Evaluation of the cochlear amplifier using time-efficient acquisition of short-pulse DPOAE levels maps
23 April 2019 (online)
Distortion-product optoacoustic emissions (DPOAEs) arise due to the nonlinear amplification of sound waves in the cochlea in response to two simultaneously presented tones of different frequencies (f2/f1 = 1.2). DPOAEs consist mainly of two components, a nonlinear-distortion component and a coherent-reflection component. DPOAE input/output functions enable the extrapolation of an estimated distortion-product threshold (EDPT) (Boege & Janssen, 2002) by utilizing the so-called scissor paradigm (Kummer et al., 1998). However, wave interference between the two components and deviation from optimal stimulus levels limit the accuracy of the recorded EDPTs. Here, a refined technique is proposed enabling EDPT acquisition without two-source interference by analyzing DPOAEs in level maps as a function of L1 and L2.

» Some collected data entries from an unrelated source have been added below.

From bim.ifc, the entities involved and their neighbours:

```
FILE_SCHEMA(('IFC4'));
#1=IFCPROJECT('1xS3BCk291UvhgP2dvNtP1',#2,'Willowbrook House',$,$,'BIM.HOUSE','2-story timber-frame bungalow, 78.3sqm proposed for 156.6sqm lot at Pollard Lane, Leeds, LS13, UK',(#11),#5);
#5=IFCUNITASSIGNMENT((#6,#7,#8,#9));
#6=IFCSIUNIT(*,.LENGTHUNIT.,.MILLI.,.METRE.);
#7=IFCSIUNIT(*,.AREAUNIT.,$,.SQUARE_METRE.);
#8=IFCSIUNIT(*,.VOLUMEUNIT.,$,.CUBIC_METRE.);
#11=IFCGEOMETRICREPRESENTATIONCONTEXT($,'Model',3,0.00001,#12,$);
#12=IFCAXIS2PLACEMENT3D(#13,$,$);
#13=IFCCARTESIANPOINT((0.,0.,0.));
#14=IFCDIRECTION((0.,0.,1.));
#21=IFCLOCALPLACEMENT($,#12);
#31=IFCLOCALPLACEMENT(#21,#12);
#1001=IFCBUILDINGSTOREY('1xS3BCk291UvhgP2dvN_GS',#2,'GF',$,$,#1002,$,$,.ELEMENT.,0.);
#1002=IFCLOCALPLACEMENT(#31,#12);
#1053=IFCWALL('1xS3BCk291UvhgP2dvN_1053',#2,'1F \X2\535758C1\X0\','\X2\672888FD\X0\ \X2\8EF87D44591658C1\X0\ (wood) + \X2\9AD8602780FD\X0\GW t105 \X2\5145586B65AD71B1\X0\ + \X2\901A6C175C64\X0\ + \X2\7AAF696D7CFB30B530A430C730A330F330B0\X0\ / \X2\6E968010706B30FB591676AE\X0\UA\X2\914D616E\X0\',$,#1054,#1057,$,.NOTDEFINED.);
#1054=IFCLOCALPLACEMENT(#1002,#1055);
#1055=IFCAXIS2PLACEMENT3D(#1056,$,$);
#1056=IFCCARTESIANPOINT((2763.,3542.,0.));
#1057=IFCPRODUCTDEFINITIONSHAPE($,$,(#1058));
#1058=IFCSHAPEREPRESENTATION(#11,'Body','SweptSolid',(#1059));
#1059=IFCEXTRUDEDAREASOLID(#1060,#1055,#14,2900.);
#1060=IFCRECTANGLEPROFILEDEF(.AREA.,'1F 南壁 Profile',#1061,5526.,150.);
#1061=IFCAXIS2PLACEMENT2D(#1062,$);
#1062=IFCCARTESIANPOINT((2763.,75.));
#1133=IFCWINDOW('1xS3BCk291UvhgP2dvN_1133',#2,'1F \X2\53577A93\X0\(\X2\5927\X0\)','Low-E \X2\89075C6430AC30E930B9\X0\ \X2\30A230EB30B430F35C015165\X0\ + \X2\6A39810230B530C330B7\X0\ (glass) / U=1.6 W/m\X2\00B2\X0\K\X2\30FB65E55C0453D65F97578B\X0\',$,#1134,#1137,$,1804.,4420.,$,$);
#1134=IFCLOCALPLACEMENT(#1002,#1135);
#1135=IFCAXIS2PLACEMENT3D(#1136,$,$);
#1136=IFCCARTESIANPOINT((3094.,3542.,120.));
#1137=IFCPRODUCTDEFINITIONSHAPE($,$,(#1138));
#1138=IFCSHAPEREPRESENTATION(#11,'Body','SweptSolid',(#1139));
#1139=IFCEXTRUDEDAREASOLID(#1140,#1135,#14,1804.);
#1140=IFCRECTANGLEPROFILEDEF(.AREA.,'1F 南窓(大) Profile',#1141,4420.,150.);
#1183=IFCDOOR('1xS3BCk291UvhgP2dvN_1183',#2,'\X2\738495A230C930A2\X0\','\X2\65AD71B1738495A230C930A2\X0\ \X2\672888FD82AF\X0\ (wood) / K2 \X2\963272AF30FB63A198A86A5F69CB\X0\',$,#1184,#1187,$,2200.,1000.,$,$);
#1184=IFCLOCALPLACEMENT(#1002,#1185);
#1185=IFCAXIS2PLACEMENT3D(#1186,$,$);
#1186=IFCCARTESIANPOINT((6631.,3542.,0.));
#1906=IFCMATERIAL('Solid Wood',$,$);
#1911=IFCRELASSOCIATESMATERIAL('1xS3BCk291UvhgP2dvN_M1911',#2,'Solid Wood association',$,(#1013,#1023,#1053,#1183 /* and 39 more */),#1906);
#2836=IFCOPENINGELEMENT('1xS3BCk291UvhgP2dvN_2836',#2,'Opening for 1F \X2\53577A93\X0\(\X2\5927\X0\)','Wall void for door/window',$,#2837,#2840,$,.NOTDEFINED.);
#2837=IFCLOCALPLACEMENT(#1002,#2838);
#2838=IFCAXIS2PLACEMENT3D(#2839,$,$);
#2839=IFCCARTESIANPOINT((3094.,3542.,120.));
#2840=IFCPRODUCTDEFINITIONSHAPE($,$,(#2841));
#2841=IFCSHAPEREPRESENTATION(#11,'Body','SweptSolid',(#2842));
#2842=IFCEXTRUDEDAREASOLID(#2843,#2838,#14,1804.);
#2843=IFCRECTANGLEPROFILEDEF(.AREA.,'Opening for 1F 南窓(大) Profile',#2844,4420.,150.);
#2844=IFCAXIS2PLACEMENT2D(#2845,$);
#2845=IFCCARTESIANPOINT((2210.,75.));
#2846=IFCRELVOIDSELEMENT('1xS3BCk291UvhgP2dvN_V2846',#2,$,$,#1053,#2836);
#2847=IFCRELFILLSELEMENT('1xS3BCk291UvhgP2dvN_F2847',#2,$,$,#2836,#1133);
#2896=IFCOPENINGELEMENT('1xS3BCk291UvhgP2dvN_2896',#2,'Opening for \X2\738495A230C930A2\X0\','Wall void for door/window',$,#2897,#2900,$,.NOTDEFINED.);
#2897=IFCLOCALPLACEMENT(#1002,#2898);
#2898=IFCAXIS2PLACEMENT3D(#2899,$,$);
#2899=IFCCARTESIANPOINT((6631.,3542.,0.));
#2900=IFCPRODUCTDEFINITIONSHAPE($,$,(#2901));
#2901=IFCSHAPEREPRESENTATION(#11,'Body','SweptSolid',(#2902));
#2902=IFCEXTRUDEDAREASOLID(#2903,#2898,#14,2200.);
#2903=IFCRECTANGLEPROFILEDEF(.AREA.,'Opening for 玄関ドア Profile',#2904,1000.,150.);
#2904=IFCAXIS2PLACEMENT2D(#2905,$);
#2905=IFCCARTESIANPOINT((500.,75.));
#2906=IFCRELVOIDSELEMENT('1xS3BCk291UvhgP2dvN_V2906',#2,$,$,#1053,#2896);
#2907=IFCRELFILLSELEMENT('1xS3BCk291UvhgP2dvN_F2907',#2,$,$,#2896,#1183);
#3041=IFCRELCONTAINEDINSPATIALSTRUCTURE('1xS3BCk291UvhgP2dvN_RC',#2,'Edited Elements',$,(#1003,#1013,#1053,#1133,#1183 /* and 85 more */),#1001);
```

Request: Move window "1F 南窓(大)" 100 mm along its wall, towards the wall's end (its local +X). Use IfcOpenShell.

```python
import ifcopenshell
import ifcopenshell.api.geometry
import ifcopenshell.util.placement
import ifcopenshell.util.unit

model = ifcopenshell.open("bim.ifc")
unit_scale = ifcopenshell.util.unit.calculate_unit_scale(model)

window = model.by_guid("1xS3BCk291UvhgP2dvN_1133")
opening = window.FillsVoids[0].RelatingOpeningElement
wall = opening.VoidsElements[0].RelatingBuildingElement

wall_matrix = ifcopenshell.util.placement.get_local_placement(wall.ObjectPlacement)
shift = wall_matrix[:3, 0] * 0.1 / unit_scale
before = ifcopenshell.util.placement.get_local_placement(window.ObjectPlacement)[:3, 3].copy()

# The window is not placed relative to its opening, so move both.
for product in (opening, window):
    matrix = ifcopenshell.util.placement.get_local_placement(product.ObjectPlacement)
    matrix[:3, 3] += shift
    ifcopenshell.api.geometry.edit_object_placement(model, product=product, matrix=matrix, is_si=False)

after = ifcopenshell.util.placement.get_local_placement(window.ObjectPlacement)[:3, 3]
print("window moved by", (after - before).round(3) + 0.0)

model.write("bim_updated.ifc")
```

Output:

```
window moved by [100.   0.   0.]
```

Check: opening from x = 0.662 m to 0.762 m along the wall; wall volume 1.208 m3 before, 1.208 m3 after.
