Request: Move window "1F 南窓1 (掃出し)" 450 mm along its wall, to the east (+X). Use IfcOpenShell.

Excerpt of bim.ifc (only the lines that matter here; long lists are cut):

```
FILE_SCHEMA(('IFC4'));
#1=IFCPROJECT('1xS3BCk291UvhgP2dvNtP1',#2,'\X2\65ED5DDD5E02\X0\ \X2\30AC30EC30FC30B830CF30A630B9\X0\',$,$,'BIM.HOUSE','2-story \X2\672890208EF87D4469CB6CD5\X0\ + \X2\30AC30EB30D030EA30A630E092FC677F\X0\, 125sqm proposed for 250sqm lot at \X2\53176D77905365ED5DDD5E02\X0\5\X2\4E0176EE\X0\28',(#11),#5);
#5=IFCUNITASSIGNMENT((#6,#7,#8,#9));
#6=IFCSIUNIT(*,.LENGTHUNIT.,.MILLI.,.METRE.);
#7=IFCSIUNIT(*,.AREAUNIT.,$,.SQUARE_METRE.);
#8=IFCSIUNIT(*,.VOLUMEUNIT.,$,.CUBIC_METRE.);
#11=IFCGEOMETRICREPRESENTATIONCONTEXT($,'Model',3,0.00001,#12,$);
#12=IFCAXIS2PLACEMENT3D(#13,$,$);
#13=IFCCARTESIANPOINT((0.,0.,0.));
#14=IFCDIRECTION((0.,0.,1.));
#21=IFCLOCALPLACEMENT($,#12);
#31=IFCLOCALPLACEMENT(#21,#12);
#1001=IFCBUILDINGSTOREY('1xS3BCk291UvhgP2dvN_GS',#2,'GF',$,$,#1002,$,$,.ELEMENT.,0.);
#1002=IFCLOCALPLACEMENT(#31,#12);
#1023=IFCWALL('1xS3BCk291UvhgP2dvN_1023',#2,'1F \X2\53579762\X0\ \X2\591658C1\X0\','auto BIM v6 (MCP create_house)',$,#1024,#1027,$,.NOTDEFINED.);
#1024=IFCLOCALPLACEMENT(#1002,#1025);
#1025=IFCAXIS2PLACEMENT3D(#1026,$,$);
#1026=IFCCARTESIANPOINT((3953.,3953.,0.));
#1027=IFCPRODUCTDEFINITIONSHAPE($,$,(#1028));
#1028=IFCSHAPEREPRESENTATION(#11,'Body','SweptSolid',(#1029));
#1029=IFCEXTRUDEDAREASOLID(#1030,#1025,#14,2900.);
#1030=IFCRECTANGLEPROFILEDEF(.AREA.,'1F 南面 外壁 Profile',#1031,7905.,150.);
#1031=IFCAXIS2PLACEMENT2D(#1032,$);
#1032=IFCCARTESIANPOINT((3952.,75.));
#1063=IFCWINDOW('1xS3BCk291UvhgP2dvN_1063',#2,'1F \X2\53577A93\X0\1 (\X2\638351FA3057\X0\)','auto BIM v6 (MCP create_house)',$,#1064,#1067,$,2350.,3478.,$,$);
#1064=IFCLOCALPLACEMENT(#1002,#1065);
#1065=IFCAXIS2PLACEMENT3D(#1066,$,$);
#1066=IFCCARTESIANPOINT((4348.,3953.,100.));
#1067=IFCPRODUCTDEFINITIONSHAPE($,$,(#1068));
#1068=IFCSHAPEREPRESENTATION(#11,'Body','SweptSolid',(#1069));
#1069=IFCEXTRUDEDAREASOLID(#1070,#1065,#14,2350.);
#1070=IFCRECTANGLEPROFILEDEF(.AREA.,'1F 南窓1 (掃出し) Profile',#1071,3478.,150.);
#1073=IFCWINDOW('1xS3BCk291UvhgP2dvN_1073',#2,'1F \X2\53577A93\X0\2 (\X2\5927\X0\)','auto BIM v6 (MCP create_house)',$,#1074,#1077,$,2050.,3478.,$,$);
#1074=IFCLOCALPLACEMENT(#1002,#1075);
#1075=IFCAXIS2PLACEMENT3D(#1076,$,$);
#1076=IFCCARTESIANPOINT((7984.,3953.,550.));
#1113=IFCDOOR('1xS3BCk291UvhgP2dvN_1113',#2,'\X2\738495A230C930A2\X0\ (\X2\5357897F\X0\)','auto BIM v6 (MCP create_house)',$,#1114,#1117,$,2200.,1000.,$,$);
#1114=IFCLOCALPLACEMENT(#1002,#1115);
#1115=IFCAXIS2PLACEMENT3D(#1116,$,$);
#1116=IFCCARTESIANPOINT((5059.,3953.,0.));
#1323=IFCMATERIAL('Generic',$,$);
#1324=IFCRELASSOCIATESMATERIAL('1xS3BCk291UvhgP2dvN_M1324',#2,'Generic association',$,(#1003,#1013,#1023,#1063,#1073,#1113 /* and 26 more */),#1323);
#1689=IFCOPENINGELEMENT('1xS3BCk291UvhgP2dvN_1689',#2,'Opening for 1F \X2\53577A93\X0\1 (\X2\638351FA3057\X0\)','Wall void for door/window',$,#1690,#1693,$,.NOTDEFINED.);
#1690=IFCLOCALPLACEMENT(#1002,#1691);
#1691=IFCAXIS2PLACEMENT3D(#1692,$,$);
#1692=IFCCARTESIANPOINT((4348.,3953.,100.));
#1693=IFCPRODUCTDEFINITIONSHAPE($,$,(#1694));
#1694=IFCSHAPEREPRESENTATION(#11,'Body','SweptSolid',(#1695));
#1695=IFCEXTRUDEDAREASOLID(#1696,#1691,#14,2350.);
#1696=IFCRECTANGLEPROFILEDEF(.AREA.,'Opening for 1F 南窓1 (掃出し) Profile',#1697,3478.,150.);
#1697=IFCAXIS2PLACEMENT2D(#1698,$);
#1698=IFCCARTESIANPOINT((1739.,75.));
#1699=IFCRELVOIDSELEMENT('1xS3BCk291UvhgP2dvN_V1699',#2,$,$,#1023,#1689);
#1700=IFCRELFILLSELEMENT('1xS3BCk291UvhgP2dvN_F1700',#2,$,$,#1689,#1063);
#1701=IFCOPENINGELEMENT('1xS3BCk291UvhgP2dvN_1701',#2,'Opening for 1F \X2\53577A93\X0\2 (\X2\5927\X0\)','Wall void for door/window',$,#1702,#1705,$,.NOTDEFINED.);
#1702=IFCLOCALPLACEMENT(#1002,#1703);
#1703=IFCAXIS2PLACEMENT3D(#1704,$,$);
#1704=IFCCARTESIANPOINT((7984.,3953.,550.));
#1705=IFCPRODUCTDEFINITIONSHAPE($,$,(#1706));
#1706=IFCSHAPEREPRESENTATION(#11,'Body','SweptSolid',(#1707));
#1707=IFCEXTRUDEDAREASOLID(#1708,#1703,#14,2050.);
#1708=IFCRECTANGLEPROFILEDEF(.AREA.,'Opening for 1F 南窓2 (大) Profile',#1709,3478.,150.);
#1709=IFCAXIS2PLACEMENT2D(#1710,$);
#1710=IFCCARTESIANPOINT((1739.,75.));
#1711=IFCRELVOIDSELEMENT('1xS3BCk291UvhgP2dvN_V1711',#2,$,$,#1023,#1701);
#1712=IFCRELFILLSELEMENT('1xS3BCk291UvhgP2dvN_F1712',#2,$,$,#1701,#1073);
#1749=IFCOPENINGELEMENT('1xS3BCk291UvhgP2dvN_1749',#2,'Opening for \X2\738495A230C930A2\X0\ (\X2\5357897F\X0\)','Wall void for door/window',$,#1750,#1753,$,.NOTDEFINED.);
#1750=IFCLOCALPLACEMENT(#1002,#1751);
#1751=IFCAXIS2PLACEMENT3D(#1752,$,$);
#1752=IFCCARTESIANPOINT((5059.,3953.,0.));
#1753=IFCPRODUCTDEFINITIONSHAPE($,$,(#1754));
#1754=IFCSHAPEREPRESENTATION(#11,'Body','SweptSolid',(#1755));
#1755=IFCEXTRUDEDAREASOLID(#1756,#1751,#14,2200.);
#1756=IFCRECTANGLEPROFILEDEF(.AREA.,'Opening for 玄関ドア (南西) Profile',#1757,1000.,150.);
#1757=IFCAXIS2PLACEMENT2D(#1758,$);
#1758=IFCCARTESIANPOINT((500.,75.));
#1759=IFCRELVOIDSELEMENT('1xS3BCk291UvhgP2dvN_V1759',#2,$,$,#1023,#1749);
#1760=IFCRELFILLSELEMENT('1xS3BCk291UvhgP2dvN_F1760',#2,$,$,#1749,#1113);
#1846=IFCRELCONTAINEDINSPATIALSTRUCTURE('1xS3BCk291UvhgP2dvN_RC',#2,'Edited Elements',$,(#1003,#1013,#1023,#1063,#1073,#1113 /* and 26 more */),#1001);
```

```python
import ifcopenshell
import ifcopenshell.api.geometry
import ifcopenshell.util.placement

model = ifcopenshell.open("bim.ifc")

window = model.by_id(1063)
opening = window.FillsVoids[0].RelatingOpeningElement
wall = opening.VoidsElements[0].RelatingBuildingElement

wall_matrix = ifcopenshell.util.placement.get_local_placement(wall.ObjectPlacement)
shift = wall_matrix[:3, 0] * 450.0
before = ifcopenshell.util.placement.get_local_placement(window.ObjectPlacement)[:3, 3].copy()

# The window is not placed relative to its opening, so move both.
for product in (opening, window):
    matrix = ifcopenshell.util.placement.get_local_placement(product.ObjectPlacement)
    matrix[:3, 3] += shift
    ifcopenshell.api.geometry.edit_object_placement(model, product=product, matrix=matrix, is_si=False)

after = ifcopenshell.util.placement.get_local_placement(window.ObjectPlacement)[:3, 3]
print("window moved by", (after - before).round(3) + 0.0)

model.write("bim_edited.ifc")
```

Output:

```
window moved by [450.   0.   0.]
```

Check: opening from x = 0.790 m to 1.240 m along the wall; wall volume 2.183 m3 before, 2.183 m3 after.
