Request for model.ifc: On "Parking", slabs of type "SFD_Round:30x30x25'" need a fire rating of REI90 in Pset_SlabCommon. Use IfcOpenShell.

First a look at what the model holds.

```python
import ifcopenshell
import ifcopenshell.util.element

model = ifcopenshell.open("model.ifc")
print(model.schema)
storey = next(s for s in model.by_type("IfcBuildingStorey") if s.Name == "Parking")
slabs = [e for e in ifcopenshell.util.element.get_decomposition(storey) if e.is_a("IfcSlab")]
seen = {}
for e in slabs:
    element_type = ifcopenshell.util.element.get_type(e)
    key = (element_type.Name if element_type != e and element_type else None, ifcopenshell.util.element.get_pset(e, "Pset_SlabCommon", "FireRating"))
    seen[key] = seen.get(key, 0) + 1
for (name, value), count in sorted(seen.items(), key=str):
    print(count, "x", name, "|", value)
```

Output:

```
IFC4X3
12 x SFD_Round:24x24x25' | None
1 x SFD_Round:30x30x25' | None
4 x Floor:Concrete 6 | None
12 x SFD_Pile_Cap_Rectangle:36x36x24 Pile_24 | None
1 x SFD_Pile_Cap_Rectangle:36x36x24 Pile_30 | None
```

```python
import ifcopenshell
import ifcopenshell.api.pset
import ifcopenshell.util.element

model = ifcopenshell.open("model.ifc")

storey = next(s for s in model.by_type("IfcBuildingStorey") if s.Name == "Parking")
slabs = [e for e in ifcopenshell.util.element.get_decomposition(storey) if e.is_a("IfcSlab")]

count = 0
for e in slabs:
    element_type = ifcopenshell.util.element.get_type(e)
    if element_type in (None, e) or element_type.Name != "SFD_Round:30x30x25'":
        continue
    # add_pset returns the element's existing set when there is one.
    pset = ifcopenshell.api.pset.add_pset(model, product=e, name="Pset_SlabCommon")
    ifcopenshell.api.pset.edit_pset(model, pset=pset, properties={"FireRating": "REI90"})
    count += 1

print(count, "slabs updated")

model.write("model_rev.ifc")
```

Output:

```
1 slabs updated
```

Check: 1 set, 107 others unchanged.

DPOAEs were recorded in five normal-hearing ears at five frequencies f2 = 1 – 5 kHz with twelve L1, L2-pairs using short-pulsed stimuli. A nonlinear least-squares fit yields individual DPOAE level maps, which enable the derivation of EDPTs by extrapolating the level-map ridge to the L1, L2-plane.
Short-pulse DPOAEs exhibit a distinct amplitude maximum for a given L2-value as a function of L1. Behavioural thresholds obtained by tracking audiometry show a significant correlation with the acquired EDPTs (r = 0.61, p = 0.0011) with an estimation error of 6.26 dB.
The reconstruction of individual level maps by means of a nonlinear least-squares fit of a model level map to a limited number of L1, L2-pairs enable a time-efficient and accurate acquisition of EDPTs without the need of a-priori determined optimal stimulus levels.